Objective:In chronic hepatitis B (CHB) patients with previous 96-week treatment with tenofovir amibufenamide (TMF) or tenofovir disoproxil fumarate (TDF), we investigated the efficacy of sequential TMF treatment from 96 to 144 weeks.Methods:Enrolled subjects who were previously assigned (2:1) to receive either 25 mg TMF or 300 mg TDF with matching placebo for 96 weeks received extended or switched TMF treatment for 48 weeks. Efficacy was evaluated based on virological, serological, biological parameters, and fibrosis staging. Statistical analysis was performed using the McNemar test, t-test, or Log-Rank test according to the data. Results:593 subjects from the initial TMF group and 287 subjects from the TDF group were included at week 144, with the proportions of HBV DNA<20 IU/ml at week 144 being 86.2% and 83.3%, respectively, and 78.1% and 73.8% in patients with baseline HBV DNA levels ≥8 log10 IU/ml. Resistance to tenofovir was not detected in both groups. For HBeAg loss and seroconversion rates, both groups showed a further increase from week 96 to 144 and the 3-year cumulative rates of HBeAg loss were about 35% in each group. However, HBsAg levels were less affected during 96 to 144 weeks. For patients switched from TDF to TMF, a substantial further increase in the alanine aminotransferase (ALT) normalization rate was observed (11.4%), along with improved FIB-4 scores.Conclusion:After 144 weeks of TMF treatment, CHB patients achieved high rates of virological, serological, and biochemical responses, as well as improved liver fibrosis outcomes. Also, switching to TMF resulted in significant benefits in ALT normalization rates (NCT03903796).

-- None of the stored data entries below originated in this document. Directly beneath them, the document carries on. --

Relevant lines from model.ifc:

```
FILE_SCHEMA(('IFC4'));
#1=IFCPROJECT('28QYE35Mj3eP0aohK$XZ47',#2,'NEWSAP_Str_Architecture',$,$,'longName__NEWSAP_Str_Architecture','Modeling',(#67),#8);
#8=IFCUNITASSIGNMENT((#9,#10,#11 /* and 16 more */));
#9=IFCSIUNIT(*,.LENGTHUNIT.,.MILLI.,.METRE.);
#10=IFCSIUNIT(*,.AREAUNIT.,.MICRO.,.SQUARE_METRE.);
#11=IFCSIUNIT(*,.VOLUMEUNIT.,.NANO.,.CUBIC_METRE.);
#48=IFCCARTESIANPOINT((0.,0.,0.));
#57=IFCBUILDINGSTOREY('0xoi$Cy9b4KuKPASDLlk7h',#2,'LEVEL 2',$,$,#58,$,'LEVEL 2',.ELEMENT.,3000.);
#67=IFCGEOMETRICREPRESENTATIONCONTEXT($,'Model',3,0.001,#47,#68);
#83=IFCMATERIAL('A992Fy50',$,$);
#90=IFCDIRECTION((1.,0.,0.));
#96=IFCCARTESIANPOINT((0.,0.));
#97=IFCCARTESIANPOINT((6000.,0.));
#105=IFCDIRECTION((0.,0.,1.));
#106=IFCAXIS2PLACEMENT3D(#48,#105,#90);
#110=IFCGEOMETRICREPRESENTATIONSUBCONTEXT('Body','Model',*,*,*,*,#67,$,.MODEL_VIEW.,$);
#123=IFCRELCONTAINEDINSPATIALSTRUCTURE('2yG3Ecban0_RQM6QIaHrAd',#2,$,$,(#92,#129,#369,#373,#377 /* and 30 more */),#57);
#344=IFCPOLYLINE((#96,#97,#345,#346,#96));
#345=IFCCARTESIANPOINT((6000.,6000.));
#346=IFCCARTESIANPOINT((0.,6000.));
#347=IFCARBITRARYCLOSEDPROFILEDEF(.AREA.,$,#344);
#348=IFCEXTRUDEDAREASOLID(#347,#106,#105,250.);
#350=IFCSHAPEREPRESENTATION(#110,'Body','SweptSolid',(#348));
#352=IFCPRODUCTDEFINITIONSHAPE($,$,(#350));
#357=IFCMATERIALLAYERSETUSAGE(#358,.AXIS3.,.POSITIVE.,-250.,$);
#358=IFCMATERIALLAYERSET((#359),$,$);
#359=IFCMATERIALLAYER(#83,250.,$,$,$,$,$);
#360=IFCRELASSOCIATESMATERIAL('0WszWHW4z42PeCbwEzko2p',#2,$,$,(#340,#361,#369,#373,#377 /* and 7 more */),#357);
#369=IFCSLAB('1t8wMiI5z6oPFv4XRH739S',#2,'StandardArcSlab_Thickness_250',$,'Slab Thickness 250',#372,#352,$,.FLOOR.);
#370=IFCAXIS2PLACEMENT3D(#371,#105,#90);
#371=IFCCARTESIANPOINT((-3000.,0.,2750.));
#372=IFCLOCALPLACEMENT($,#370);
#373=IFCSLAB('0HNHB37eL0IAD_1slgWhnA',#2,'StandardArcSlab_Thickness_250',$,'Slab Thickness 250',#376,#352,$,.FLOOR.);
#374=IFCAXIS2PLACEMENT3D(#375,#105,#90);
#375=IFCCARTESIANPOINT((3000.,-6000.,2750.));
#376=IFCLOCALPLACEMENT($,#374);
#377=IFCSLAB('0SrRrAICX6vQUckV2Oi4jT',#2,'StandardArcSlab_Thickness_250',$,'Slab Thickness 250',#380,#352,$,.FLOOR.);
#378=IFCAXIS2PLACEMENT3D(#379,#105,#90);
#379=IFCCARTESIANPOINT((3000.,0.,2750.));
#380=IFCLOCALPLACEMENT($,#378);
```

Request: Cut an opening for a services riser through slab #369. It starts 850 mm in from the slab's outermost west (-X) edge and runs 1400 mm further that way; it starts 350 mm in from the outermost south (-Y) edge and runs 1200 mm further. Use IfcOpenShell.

```python
import numpy as np
import ifcopenshell
import ifcopenshell.api.feature
import ifcopenshell.api.geometry
import ifcopenshell.api.root
import ifcopenshell.geom
import ifcopenshell.util.placement
import ifcopenshell.util.representation
import ifcopenshell.util.shape
import ifcopenshell.util.unit

model = ifcopenshell.open("model.ifc")
unit_scale = ifcopenshell.util.unit.calculate_unit_scale(model)
settings = ifcopenshell.geom.settings()


def volume(element):
    """Net volume in cubic metres, openings subtracted."""
    shape = ifcopenshell.geom.create_shape(settings, element)
    return ifcopenshell.util.shape.get_volume(shape.geometry)


slab = model.by_id(369)
before = volume(slab)

# Extent in the slab's own axes, in metres. The edges named are its -X and -Y sides.
slab_shape = ifcopenshell.geom.create_shape(settings, slab)
vertices = ifcopenshell.util.shape.get_vertices(slab_shape.geometry)
x_min, y_min, bottom = vertices.min(axis=0)
top = vertices[:, 2].max()

opening = ifcopenshell.api.root.create_entity(model, ifc_class="IfcOpeningElement", name="Services riser opening", predefined_type="OPENING")
context = ifcopenshell.util.representation.get_context(model, "Model", "Body", "MODEL_VIEW")
width, depth = 1.4, 1.2
outline = [(0.0, 0.0), (width, 0.0), (width, depth), (0.0, depth), (0.0, 0.0)]
# Overshoot both faces by 50 mm so the cut is clean.
shape = ifcopenshell.api.geometry.add_slab_representation(
    model, context=context, depth=top - bottom + 0.1, polyline=outline
)
ifcopenshell.api.geometry.assign_representation(model, product=opening, representation=shape)

matrix = ifcopenshell.util.placement.get_local_placement(slab.ObjectPlacement)
matrix[:, 3] = matrix @ np.append(np.array([x_min + 0.85, y_min + 0.35, bottom - 0.05]) / unit_scale, 1.0)
ifcopenshell.api.geometry.edit_object_placement(model, product=opening, matrix=matrix, is_si=False)
ifcopenshell.api.feature.add_feature(model, feature=opening, element=slab)

after = volume(slab)

print(f"slab volume {before:.3f} -> {after:.3f} m3")

model.write("model_edited.ifc")
```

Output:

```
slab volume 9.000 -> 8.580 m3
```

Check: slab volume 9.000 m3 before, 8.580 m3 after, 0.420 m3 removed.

Objective:In chronic hepatitis B (CHB) patients with previous 96-week treatment with tenofovir amibufenamide (TMF) or tenofovir disoproxil fumarate (TDF), we investigated the safety profile of sequential TMF treatment from 96 to 144 weeks.Methods:Enrolled subjects that previously assigned (2:1) to receive either 25 mg TMF or 300 mg TDF with matching placebo for 96 weeks received extending or switching TMF treatment for 48 weeks. Safety profiles of kidney, bone, metabolism, body weight, and others were evaluated.Results:666 subjects from the initial TMF group and 336 subjects from TDF group with at least one dose of assigned treatment were included at week 144. The overall safety profile was favorable in each group and generally similar between extended or switched TMF treatments from week 96 to 144. In subjects switching from TDF to TMF, the non-indexed estimated glomerular filtration rate (by non-indexed CKD-EPI formula) and creatinine clearance (by Cockcroft-Gault formula) were both increased, which were (2.31±8.33) ml/min and (4.24±13.94) ml/min, respectively. These changes were also higher than those in subjects with extending TMF treatment [(0.91±8.06) ml/min and (1.30±13.94) ml/min]. Meanwhile, switching to TMF also led to an increase of the bone mineral density (BMD) by 0.75% in hip and 1.41% in spine. On the other side, a slight change in TC/HDL ratio by 0.16 (IQR: 0.00, 0.43) and an increase in body mass index (BMI) by (0.54±0.98) kg/m 2 were oberved with patients switched to TMF, which were significantly higher than that in TMF group. Conclusion:CHB patients receiving 144 weeks of TMF treatment showed favorable safety profile. After switching to TMF, the bone and renal safety was significantly improved in TDF group, though experienceing change in metabolic parameters and weight gain (NCT03903796).